# Melancholy and Proud



## Penny905 (Mar 28, 2014)

Tomorrow, we have to drop our youngest off, he ships out to Basic Training on Wednesday. He is 18 and graduated High School last month. He enlisted in the Army National Guard in September so we knew this was coming. Our 21 year old did the same thing except he did split training, BT between Junior & Senior year and AIT after Senior year. This was totally the best move for him and he has benefitted beyond belief. Full tuition (not board) is paid for 4 years at any state college that he gets accepted in to (in the state we live). He has done very well for himself and we are very proud.

This time it is hitting me a lot harder. I am not sure if it is because he is our youngest or because he will be gone for over 7 months. We will be driving to see him graduate BT in October. I am thinking back to the other BT graduation and that makes me smile. 

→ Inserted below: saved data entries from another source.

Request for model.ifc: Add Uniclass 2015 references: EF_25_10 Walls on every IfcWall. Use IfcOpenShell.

First a look at what the model holds.

```python
import ifcopenshell

model = ifcopenshell.open("model.ifc")
print(model.schema)
print("classifications:", [c.Name for c in model.by_type("IfcClassification")])
for ifc_class in ("IfcDoor", "IfcRoof", "IfcStair", "IfcWall", "IfcWindow"):
    print(ifc_class, len(model.by_type(ifc_class)))
```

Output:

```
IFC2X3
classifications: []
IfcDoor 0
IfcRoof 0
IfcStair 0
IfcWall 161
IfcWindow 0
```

```python
import ifcopenshell
import ifcopenshell.api.classification

model = ifcopenshell.open("model.ifc")

# IFC2X3 requires Source and Edition and has no link from the project to the system.
system = model.create_entity("IfcClassification", Source="NBS", Edition="2015", Name="Uniclass 2015")

codes = {
    "IfcWall": ("EF_25_10", "Walls"),
}
for ifc_class, (code, name) in codes.items():
    products = model.by_type(ifc_class)
    ifcopenshell.api.classification.add_reference(
        model, products=products, classification=system, identification=code, name=name
    )
    print(code, len(products))

model.write("model_rev.ifc")
```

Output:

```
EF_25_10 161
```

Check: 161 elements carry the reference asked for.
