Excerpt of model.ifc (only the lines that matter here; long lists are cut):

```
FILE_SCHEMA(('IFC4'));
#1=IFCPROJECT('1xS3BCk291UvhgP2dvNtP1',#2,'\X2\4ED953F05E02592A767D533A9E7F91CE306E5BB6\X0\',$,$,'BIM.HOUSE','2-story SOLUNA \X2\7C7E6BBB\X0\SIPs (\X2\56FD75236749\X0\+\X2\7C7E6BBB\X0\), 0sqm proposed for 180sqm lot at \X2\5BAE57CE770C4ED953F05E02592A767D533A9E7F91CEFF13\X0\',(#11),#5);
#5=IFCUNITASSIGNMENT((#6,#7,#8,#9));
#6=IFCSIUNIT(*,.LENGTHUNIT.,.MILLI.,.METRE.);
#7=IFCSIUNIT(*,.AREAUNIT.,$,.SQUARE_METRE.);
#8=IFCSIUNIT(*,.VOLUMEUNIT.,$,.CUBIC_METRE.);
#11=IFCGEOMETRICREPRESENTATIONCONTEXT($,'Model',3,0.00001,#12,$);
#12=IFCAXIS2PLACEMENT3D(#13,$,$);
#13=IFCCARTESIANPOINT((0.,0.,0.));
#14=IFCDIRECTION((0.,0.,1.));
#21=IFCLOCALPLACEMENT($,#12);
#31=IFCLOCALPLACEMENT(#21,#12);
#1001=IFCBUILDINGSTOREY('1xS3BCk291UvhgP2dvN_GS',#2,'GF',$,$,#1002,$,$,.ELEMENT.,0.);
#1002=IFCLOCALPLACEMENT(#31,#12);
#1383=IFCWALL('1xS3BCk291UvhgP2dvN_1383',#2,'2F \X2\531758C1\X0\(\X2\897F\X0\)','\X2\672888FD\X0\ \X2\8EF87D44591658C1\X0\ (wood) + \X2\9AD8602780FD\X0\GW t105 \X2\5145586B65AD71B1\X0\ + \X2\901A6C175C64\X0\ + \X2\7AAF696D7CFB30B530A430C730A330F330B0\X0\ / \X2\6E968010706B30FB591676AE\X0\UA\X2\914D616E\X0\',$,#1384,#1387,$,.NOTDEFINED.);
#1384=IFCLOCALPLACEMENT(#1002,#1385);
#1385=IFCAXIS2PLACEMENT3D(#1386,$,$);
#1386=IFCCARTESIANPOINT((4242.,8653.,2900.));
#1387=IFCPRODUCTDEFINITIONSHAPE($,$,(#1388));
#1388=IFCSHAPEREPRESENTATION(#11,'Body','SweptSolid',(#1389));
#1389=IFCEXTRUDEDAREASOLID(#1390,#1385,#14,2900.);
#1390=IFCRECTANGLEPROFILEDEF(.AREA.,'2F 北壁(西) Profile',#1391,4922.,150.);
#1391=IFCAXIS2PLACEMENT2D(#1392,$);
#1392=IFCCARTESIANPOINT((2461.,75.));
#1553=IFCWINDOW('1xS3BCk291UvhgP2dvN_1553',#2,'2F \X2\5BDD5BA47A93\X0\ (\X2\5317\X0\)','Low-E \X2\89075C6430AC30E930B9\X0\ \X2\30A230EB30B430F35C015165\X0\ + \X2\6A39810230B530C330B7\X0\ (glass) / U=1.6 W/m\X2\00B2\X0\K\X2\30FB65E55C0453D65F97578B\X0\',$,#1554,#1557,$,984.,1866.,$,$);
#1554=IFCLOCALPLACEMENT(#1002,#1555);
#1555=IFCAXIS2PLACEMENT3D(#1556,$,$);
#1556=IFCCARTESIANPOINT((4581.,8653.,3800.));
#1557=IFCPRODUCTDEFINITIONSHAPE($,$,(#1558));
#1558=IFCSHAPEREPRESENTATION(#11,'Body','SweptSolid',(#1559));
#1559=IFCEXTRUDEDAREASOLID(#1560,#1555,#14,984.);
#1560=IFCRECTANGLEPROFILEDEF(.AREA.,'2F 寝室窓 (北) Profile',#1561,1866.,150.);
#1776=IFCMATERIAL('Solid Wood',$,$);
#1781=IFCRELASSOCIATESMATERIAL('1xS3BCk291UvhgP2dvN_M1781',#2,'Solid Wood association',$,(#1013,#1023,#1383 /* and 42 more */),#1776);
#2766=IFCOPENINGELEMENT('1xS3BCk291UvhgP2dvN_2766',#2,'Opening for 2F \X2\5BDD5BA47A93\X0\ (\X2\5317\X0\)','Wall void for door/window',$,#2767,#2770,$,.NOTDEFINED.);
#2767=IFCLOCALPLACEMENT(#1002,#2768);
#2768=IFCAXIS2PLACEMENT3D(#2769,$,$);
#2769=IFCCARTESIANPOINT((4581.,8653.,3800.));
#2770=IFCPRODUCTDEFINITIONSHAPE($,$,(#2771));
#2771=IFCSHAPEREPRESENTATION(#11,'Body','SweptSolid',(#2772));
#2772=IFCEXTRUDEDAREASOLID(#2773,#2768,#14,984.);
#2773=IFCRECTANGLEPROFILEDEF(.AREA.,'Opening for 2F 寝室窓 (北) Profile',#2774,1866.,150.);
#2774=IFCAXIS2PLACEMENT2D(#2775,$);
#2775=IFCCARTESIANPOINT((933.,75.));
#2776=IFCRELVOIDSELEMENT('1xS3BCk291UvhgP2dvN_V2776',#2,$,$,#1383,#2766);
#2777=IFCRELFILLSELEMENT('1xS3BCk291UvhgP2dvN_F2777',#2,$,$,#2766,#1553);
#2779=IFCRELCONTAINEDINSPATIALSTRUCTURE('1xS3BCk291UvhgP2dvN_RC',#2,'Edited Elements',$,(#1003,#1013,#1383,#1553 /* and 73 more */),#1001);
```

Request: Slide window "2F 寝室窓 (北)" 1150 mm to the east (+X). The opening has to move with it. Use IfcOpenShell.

```python
import ifcopenshell
import ifcopenshell.api.geometry
import ifcopenshell.util.placement

model = ifcopenshell.open("model.ifc")

window = model.by_guid("1xS3BCk291UvhgP2dvN_1553")
opening = window.FillsVoids[0].RelatingOpeningElement
wall = opening.VoidsElements[0].RelatingBuildingElement

wall_matrix = ifcopenshell.util.placement.get_local_placement(wall.ObjectPlacement)
shift = wall_matrix[:3, 0] * 1150.0
before = ifcopenshell.util.placement.get_local_placement(window.ObjectPlacement)[:3, 3].copy()

# The window is not placed relative to its opening, so move both.
for product in (opening, window):
    matrix = ifcopenshell.util.placement.get_local_placement(product.ObjectPlacement)
    matrix[:3, 3] += shift
    ifcopenshell.api.geometry.edit_object_placement(model, product=product, matrix=matrix, is_si=False)

after = ifcopenshell.util.placement.get_local_placement(window.ObjectPlacement)[:3, 3]
print("window moved by", (after - before).round(3) + 0.0)

model.write("model_updated.ifc")
```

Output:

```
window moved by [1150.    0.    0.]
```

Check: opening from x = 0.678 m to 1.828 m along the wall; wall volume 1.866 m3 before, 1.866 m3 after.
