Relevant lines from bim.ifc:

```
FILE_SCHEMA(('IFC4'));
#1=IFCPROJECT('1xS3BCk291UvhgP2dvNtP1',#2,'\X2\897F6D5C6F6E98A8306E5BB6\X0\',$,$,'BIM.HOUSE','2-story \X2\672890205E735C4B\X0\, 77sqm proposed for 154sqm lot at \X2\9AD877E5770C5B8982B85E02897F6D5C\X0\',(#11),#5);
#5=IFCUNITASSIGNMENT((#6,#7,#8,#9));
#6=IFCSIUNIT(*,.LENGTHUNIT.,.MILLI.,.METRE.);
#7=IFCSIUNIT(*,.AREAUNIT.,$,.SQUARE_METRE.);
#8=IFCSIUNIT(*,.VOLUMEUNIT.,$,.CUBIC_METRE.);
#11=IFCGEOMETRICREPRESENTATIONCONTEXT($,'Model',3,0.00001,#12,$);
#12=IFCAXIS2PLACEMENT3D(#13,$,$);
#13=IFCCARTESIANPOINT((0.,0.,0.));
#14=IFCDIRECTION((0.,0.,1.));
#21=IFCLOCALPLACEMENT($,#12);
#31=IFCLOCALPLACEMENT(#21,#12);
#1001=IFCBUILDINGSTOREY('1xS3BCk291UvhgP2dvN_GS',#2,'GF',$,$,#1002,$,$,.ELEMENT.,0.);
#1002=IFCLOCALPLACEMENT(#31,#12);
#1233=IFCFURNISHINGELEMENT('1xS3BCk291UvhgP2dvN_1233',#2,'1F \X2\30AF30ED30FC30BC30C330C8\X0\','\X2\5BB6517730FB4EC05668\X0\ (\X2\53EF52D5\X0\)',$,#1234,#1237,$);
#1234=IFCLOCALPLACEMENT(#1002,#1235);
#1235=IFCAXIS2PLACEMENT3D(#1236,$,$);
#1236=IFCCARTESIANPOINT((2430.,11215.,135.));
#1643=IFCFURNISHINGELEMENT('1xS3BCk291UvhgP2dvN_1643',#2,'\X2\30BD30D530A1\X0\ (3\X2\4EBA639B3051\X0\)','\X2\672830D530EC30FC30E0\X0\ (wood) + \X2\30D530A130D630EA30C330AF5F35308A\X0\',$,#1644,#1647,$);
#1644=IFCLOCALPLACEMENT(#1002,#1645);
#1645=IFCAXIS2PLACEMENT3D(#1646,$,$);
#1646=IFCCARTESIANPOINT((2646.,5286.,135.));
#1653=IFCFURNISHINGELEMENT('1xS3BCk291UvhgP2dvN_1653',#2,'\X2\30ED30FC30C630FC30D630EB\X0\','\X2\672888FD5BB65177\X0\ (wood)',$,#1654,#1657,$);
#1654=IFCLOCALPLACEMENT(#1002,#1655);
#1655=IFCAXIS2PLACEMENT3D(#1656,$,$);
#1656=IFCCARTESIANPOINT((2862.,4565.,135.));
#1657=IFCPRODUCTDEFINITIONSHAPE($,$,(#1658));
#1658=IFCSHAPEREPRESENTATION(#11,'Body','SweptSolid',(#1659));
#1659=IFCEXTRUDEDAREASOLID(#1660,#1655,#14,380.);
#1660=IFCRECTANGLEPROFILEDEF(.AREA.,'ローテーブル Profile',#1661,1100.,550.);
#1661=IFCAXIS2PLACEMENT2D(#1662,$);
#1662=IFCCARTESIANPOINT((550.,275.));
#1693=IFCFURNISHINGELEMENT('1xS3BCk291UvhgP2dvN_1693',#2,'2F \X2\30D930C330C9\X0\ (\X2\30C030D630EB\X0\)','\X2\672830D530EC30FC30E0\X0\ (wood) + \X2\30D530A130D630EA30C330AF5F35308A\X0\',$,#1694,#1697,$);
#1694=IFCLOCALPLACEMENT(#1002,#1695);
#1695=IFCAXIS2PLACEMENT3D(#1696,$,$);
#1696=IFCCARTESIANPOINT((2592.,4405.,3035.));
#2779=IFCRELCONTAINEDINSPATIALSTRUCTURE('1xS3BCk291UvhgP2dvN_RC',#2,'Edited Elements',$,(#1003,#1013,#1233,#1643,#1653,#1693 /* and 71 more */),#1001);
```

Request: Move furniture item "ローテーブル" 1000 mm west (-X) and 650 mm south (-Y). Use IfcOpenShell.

```python
import ifcopenshell
import ifcopenshell.api.geometry
import ifcopenshell.util.placement
import ifcopenshell.util.unit

model = ifcopenshell.open("bim.ifc")
unit_scale = ifcopenshell.util.unit.calculate_unit_scale(model)

item = model.by_guid("1xS3BCk291UvhgP2dvN_1653")
matrix = ifcopenshell.util.placement.get_local_placement(item.ObjectPlacement)
matrix[0, 3] -= 1 / unit_scale
matrix[1, 3] -= 0.65 / unit_scale
ifcopenshell.api.geometry.edit_object_placement(model, product=item, matrix=matrix, is_si=False)

print(ifcopenshell.util.placement.get_local_placement(item.ObjectPlacement).round(3) + 0.0)

model.write("bim_rev.ifc")
```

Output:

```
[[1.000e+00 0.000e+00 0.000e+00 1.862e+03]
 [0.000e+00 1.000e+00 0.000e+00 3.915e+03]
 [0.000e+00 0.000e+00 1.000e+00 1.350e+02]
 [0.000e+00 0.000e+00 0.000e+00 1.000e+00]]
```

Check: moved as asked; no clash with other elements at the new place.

I am very proud yet very sad at the same time!


----------



## EleGirl (Dec 3, 2011)

Congratulations on your sons doing well for themselves. I know how that feels. As parents it's the ultimate reward.

I'm sure that you feel the way you do both because he is your youngest and he's going away for 7 months.

Maybe you need to come up with things to take up your time so that you don't suffer too much from the empty nest thing.


----------



## chillymorn69 (Jun 27, 2016)

good job on raising two fine men!


----------